Therapy of Reiter’s disease
If the original infection is still active, it is treated with antibiotics; in the case of urinary tract infections or venereal disease, the partner must be examined and, if necessary, treated as well. Beyond that, treatment depends on the symptoms. Physical applications such as cold therapy and anti-inflammatory painkillers such as ibuprofen or diclofenac help against joint inflammation. If several joints are affected, if the inflammation in the eye spreads to the iris, or if organs are involved, cortisone is also used.

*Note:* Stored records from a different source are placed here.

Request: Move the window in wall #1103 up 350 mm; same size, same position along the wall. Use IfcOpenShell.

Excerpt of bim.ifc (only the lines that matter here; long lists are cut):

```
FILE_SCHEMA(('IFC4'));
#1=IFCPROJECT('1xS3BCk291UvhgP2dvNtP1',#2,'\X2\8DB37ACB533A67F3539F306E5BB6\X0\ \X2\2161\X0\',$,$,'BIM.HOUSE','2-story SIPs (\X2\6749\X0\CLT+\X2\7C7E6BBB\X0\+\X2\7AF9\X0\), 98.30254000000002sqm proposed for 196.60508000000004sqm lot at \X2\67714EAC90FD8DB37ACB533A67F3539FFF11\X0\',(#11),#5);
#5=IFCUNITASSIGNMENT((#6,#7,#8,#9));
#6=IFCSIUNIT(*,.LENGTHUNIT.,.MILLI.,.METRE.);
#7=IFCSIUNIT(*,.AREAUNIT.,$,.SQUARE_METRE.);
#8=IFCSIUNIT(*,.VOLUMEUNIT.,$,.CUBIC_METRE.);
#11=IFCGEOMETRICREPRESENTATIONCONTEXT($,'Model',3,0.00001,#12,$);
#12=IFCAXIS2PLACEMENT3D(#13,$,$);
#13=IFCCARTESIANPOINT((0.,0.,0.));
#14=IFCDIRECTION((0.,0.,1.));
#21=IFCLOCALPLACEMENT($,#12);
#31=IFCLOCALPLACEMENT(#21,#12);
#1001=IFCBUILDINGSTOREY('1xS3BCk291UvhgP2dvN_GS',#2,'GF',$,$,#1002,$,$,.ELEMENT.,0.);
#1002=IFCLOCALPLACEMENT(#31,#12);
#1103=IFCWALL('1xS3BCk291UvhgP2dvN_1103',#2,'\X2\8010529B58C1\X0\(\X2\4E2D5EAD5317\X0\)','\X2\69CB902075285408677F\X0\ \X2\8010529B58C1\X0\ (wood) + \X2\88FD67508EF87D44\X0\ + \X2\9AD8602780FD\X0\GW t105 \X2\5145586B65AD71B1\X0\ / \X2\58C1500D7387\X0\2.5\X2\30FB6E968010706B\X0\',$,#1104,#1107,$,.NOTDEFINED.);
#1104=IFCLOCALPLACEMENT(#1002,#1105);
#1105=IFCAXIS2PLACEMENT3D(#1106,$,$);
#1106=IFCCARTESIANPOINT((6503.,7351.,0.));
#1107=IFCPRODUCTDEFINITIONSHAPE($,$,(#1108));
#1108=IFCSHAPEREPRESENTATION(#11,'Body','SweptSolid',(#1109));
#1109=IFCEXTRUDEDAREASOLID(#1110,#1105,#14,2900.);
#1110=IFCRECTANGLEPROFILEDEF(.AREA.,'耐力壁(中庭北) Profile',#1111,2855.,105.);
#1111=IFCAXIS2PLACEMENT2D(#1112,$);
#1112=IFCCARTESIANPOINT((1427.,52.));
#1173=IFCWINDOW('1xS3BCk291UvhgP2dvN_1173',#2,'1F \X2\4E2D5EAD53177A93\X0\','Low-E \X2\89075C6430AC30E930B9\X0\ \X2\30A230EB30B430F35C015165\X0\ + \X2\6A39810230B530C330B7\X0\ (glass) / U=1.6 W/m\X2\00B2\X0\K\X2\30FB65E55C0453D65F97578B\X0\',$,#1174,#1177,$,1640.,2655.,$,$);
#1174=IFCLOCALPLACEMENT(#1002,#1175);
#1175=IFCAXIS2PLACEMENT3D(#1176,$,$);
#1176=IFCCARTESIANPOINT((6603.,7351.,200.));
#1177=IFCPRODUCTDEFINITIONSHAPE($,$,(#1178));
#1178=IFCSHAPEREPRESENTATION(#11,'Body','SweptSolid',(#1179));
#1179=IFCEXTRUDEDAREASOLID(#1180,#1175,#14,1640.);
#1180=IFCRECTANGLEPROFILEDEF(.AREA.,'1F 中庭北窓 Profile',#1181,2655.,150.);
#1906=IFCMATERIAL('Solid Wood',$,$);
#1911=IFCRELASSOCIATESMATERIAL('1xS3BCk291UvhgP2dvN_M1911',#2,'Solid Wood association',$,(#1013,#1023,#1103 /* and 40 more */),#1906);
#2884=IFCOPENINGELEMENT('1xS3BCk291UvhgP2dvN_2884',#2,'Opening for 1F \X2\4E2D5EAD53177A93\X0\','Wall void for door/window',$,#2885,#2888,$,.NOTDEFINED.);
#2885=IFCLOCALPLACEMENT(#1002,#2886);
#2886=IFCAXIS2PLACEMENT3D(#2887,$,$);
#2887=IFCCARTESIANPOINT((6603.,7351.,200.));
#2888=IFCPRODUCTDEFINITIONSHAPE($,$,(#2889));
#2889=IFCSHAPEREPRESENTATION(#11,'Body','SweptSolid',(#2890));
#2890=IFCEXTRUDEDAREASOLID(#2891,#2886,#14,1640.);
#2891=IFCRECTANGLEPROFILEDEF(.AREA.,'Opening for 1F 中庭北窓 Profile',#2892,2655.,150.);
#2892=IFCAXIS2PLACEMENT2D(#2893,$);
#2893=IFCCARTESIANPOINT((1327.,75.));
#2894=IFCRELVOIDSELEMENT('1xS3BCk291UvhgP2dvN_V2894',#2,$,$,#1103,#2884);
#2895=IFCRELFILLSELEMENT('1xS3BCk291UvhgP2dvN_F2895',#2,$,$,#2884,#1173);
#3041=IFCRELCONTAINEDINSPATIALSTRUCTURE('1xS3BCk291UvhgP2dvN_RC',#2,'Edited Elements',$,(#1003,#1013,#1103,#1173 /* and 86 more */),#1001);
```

```python
import numpy as np
import ifcopenshell
import ifcopenshell.api.geometry
import ifcopenshell.util.placement
import ifcopenshell.util.unit

model = ifcopenshell.open("bim.ifc")
unit_scale = ifcopenshell.util.unit.calculate_unit_scale(model)

window = model.by_guid("1xS3BCk291UvhgP2dvN_1173")
opening = window.FillsVoids[0].RelatingOpeningElement
dz = 0.35 / unit_scale

shift = np.array([0.0, 0.0, dz])
# The window is not placed relative to its opening, so move both.
for product in (opening, window):
    matrix = ifcopenshell.util.placement.get_local_placement(product.ObjectPlacement)
    matrix[:3, 3] += shift
    ifcopenshell.api.geometry.edit_object_placement(model, product=product, matrix=matrix, is_si=False)

print(f"moved by {dz * unit_scale:+.3f} m")

model.write("bim_updated.ifc")
```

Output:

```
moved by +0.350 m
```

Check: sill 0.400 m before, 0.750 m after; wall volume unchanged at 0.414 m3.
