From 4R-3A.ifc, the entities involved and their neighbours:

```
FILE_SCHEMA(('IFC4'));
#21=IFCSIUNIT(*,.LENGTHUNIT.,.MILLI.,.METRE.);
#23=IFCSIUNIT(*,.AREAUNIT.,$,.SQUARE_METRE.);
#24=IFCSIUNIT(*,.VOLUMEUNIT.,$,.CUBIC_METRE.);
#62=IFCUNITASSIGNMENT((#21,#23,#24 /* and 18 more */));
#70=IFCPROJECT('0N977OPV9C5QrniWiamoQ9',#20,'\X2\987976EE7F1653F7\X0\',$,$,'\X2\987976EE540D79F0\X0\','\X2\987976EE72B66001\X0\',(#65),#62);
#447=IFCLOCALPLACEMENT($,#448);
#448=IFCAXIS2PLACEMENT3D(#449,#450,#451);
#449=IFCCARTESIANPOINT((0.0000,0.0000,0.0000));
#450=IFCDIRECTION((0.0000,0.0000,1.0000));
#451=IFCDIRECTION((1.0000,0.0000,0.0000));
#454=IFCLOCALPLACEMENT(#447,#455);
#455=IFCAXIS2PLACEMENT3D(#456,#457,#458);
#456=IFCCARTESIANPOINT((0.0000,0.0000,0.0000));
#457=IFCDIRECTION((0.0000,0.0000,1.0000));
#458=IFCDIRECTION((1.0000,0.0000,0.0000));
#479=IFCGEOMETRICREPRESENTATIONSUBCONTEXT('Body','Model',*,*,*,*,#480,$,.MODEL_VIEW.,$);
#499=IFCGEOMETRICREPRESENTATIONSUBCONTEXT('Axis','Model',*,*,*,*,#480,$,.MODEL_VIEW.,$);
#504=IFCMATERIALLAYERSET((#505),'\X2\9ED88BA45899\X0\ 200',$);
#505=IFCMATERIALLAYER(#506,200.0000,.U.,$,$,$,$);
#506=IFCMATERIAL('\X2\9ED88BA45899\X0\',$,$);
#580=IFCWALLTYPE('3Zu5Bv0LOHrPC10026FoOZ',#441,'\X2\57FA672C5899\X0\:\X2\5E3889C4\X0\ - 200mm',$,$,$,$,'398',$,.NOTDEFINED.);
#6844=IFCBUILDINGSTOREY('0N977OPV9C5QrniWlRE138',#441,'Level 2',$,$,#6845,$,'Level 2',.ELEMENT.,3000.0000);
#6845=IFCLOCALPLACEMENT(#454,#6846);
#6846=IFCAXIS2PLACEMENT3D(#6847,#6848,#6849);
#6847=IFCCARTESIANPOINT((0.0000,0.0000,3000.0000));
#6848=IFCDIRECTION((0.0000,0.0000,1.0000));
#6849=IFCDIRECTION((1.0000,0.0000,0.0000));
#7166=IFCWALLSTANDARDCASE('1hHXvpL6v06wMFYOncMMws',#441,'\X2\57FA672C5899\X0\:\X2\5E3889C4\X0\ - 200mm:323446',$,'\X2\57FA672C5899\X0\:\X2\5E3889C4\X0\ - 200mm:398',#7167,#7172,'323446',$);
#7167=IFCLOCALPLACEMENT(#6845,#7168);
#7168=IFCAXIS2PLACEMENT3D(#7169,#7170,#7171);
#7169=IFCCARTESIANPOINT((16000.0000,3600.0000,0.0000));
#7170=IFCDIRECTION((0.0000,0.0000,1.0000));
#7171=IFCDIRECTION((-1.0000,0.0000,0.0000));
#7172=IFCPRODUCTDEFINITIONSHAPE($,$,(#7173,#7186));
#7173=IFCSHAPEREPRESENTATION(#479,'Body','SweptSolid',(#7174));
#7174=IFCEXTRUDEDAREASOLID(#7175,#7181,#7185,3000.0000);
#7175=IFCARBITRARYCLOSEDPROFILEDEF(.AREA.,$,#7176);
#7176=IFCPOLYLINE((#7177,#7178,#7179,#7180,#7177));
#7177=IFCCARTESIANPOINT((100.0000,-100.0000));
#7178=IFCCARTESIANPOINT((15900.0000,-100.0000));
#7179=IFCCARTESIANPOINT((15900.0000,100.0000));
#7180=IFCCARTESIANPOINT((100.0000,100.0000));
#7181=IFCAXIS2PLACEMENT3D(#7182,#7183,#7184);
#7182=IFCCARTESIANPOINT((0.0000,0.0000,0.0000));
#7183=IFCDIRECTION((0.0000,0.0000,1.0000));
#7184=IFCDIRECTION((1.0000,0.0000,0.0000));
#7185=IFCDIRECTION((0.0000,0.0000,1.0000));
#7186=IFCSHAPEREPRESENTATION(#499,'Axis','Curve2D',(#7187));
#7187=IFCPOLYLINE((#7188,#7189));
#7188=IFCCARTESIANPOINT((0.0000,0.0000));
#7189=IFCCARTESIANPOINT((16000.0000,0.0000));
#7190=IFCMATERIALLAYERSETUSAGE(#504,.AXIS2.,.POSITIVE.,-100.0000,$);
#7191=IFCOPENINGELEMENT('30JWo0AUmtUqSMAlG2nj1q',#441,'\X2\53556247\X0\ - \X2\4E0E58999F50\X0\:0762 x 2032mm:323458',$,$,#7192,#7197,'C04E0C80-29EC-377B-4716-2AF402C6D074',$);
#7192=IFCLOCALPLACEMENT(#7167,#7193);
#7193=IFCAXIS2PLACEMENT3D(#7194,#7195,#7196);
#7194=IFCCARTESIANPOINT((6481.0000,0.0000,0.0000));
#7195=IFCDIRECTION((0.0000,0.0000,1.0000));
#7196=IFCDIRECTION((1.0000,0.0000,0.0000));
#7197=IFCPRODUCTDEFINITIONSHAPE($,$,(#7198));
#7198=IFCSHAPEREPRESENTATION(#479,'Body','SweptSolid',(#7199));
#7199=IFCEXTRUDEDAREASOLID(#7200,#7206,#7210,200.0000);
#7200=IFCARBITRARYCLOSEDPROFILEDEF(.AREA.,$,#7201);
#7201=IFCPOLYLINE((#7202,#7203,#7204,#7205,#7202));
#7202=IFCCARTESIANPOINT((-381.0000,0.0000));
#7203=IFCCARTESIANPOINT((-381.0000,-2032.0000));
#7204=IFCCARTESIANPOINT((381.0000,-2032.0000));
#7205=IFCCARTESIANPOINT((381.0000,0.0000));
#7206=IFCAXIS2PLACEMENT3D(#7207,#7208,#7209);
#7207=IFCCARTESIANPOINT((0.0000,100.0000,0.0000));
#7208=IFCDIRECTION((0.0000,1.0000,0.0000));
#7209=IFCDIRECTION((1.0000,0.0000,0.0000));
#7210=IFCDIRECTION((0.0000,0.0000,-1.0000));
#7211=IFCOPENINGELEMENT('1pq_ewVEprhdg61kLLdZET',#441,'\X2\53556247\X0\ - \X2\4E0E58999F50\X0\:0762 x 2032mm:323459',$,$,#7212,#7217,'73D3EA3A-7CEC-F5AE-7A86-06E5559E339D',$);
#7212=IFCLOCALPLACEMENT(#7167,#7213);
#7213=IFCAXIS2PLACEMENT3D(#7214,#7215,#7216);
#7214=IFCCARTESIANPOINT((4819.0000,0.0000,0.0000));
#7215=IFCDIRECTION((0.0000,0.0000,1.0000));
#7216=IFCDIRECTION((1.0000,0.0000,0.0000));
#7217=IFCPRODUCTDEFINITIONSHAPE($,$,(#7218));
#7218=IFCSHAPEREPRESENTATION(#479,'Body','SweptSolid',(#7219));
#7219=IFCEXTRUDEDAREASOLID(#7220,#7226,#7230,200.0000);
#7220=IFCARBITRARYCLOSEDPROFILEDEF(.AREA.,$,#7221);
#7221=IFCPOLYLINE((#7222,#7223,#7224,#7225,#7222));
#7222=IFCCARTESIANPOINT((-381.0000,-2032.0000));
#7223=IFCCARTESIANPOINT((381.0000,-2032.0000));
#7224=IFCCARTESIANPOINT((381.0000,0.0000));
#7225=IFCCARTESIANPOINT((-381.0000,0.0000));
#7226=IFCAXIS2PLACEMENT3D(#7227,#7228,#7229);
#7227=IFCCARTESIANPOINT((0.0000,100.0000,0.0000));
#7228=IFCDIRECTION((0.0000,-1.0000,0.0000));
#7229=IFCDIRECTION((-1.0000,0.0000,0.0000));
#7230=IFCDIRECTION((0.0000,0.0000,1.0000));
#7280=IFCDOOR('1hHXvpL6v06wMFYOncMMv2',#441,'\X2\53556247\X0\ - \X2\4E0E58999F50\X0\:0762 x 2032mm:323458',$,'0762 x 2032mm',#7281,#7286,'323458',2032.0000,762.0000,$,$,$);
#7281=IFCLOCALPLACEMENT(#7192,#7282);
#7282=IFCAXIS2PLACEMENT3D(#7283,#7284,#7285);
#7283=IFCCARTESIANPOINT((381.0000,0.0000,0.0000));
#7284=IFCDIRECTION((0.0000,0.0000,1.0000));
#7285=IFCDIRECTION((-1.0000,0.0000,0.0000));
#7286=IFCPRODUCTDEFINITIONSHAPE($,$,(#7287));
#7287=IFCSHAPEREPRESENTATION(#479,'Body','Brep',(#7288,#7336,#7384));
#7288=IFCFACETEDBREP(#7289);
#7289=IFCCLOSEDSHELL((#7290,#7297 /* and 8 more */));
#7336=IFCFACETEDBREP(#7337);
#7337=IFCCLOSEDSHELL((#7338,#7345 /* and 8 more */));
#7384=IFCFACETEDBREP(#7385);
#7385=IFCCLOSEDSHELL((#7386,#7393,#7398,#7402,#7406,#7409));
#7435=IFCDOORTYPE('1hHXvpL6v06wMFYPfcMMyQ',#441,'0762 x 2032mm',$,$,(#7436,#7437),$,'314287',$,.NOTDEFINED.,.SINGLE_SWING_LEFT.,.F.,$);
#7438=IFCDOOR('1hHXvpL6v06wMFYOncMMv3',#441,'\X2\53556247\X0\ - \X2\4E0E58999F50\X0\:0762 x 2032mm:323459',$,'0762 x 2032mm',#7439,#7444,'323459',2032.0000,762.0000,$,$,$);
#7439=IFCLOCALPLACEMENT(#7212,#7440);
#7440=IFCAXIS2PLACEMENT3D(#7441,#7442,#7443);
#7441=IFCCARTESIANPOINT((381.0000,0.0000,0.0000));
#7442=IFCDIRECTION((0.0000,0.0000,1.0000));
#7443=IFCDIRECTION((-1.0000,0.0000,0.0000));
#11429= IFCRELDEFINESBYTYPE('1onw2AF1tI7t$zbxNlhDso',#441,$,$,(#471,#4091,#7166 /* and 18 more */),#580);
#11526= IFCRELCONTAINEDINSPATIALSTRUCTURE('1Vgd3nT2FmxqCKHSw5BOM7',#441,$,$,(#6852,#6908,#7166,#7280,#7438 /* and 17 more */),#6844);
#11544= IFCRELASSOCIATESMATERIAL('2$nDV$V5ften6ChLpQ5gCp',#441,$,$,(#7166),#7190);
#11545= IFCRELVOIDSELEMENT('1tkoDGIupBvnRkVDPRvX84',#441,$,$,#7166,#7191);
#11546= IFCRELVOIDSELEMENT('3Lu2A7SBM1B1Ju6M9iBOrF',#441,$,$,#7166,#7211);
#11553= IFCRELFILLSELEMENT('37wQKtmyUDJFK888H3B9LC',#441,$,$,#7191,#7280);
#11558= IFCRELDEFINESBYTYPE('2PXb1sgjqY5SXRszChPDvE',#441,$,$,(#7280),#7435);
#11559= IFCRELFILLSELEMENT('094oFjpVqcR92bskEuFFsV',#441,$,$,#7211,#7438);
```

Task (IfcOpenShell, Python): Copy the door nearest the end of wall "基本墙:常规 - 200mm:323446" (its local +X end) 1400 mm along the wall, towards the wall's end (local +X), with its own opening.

```python
import ifcopenshell
import ifcopenshell.api.feature
import ifcopenshell.api.geometry
import ifcopenshell.api.root
import ifcopenshell.geom
import ifcopenshell.util.element
import ifcopenshell.util.placement
import ifcopenshell.util.shape
import ifcopenshell.util.unit

model = ifcopenshell.open("4R-3A.ifc")
unit_scale = ifcopenshell.util.unit.calculate_unit_scale(model)
settings = ifcopenshell.geom.settings()


def volume(element):
    """Net volume in cubic metres, openings subtracted."""
    shape = ifcopenshell.geom.create_shape(settings, element)
    return ifcopenshell.util.shape.get_volume(shape.geometry)


def reuse_history(source, copy):
    """copy_class also copies each property set's owner history, people and application; keep the originals."""
    for rel in copy.IsDefinedBy:
        if rel.is_a("IfcRelDefinesByProperties") and (history := rel.RelatingPropertyDefinition.OwnerHistory):
            rel.RelatingPropertyDefinition.OwnerHistory = source.OwnerHistory
            ifcopenshell.util.element.remove_deep2(model, history)


door = model.by_guid("1hHXvpL6v06wMFYOncMMv2")
opening = door.FillsVoids[0].RelatingOpeningElement
wall = opening.VoidsElements[0].RelatingBuildingElement
before = volume(wall)
shift = ifcopenshell.util.placement.get_local_placement(wall.ObjectPlacement)[:3, 0] * 1.4 / unit_scale

# copy_class copies the void relationship, type, container and properties, but no geometry.
new_opening = ifcopenshell.api.root.copy_class(model, product=opening)
new_opening.Representation = ifcopenshell.util.element.copy_deep(
    model, opening.Representation, exclude=["IfcGeometricRepresentationContext", "IfcRepresentationMap"]
)
new_opening.Name = "单扇 - 与墙齐:0762 x 2032mm"
new_opening.Tag = None
new_door = ifcopenshell.api.root.copy_class(model, product=door)
new_door.Representation = ifcopenshell.util.element.copy_deep(
    model, door.Representation, exclude=["IfcGeometricRepresentationContext", "IfcRepresentationMap"]
)
new_door.Name = "单扇 - 与墙齐:0762 x 2032mm"
new_door.Tag = None
reuse_history(door, new_door)
ifcopenshell.api.feature.add_filling(model, opening=new_opening, element=new_door)

for old, new in ((opening, new_opening), (door, new_door)):
    matrix = ifcopenshell.util.placement.get_local_placement(old.ObjectPlacement)
    matrix[:3, 3] += shift
    ifcopenshell.api.geometry.edit_object_placement(model, product=new, matrix=matrix, is_si=False)

after = volume(wall)

print(f"wall volume {before:.3f} -> {after:.3f} m3")

model.write("4R-3A_edited.ifc")
```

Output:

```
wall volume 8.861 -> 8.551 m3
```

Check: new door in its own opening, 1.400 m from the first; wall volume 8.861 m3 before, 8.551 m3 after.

Course and prognosis of Reiter’s disease
In about one-third of patients, acute Reiter’s disease progresses to a chronic form. The sooner the disease is recognized and treated, the better the prognosis. Therefore, a physician should be consulted at an early stage, especially if new joint symptoms develop after an infection of the gastrointestinal or urinary tract.In about half of those affected, the disease is cured after six months, in some even after a year. The more joints affected, the longer it can take – an average of three years, in rare cases up to 15 years.
Complications of the chronic course of Reiter’s disease.
Complications of a chronic course may include increasing destruction of the affected joints and even complete loss of function. If the inflammation in the eyes spreads to the iris and the suspensory apparatus of the lens (iridocyclitis), visual disturbances or glaucoma may result.